- Opening Delimiter -
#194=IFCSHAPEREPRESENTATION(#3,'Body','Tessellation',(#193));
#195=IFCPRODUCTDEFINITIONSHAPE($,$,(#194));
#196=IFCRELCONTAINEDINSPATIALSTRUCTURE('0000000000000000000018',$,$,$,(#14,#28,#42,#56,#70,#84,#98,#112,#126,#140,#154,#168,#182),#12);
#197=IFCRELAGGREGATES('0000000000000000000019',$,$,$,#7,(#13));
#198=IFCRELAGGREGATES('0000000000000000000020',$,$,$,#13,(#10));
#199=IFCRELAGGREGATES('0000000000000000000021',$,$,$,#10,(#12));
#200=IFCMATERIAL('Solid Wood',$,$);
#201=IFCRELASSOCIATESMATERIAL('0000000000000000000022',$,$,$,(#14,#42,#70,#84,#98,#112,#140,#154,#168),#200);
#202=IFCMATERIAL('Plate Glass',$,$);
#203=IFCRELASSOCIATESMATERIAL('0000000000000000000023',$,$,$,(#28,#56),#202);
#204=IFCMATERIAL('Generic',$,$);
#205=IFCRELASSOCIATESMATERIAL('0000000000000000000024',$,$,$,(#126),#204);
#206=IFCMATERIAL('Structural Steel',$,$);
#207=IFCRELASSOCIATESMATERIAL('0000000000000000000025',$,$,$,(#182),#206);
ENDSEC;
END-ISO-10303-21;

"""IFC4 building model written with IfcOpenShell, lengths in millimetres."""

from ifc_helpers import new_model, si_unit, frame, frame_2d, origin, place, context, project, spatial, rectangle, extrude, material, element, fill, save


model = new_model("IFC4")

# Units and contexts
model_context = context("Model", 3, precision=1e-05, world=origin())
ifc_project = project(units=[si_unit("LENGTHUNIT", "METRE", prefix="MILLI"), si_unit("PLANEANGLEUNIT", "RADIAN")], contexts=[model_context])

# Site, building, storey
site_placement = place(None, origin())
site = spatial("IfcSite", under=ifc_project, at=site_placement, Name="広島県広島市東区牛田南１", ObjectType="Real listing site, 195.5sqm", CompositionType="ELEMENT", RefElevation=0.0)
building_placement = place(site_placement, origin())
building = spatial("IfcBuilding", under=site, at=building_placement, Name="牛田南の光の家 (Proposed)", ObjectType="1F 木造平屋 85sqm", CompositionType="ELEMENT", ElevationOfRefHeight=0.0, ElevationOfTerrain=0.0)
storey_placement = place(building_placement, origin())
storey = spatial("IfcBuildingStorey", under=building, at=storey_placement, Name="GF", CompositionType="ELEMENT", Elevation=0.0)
- Closing Delimiter -
- Opening Delimiter -
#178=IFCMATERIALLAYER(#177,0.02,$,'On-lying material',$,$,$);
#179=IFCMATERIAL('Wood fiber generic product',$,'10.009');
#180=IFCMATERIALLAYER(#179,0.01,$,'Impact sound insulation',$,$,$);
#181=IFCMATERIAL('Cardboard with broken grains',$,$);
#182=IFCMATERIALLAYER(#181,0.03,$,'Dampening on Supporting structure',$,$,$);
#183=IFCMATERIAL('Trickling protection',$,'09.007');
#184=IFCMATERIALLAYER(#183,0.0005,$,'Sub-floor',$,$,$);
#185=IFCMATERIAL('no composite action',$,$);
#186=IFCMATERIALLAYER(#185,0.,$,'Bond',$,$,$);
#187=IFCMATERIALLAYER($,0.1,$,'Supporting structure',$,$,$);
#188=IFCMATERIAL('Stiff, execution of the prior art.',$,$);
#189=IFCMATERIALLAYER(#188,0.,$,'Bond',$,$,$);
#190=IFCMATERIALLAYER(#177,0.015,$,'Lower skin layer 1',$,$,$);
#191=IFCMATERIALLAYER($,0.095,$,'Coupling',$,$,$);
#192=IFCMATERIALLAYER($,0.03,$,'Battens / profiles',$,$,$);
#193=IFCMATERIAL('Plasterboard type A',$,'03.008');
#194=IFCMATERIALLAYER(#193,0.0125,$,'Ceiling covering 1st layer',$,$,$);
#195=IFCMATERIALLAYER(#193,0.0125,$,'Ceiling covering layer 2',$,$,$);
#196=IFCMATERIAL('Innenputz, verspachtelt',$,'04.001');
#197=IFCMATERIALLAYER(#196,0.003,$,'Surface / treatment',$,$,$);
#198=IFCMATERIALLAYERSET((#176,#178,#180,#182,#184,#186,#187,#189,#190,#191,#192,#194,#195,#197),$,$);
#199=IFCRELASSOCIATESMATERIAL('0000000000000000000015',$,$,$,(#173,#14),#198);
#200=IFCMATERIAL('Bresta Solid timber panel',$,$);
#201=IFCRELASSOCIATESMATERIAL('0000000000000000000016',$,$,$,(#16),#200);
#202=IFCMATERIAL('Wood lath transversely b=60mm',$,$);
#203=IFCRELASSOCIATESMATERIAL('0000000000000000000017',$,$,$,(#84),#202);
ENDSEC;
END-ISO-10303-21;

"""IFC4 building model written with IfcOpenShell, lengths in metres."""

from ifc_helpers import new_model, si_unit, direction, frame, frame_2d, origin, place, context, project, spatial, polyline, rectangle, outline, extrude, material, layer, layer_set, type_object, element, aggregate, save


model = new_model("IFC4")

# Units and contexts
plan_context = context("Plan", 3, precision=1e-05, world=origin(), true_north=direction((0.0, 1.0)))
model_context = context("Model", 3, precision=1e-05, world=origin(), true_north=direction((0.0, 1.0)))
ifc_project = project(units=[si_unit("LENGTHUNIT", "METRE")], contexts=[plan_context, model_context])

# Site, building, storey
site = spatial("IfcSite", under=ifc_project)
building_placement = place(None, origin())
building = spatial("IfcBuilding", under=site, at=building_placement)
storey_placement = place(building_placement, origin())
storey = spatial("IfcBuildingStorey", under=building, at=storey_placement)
- Closing Delimiter -
**ASSIGNMENT:**
Across the records above, show each line containing the word "Wood".

**RESULT OF THE TASK:**
#200=IFCMATERIAL('Solid Wood',$,$);
#179=IFCMATERIAL('Wood fiber generic product',$,'10.009');
#202=IFCMATERIAL('Wood lath transversely b=60mm',$,$);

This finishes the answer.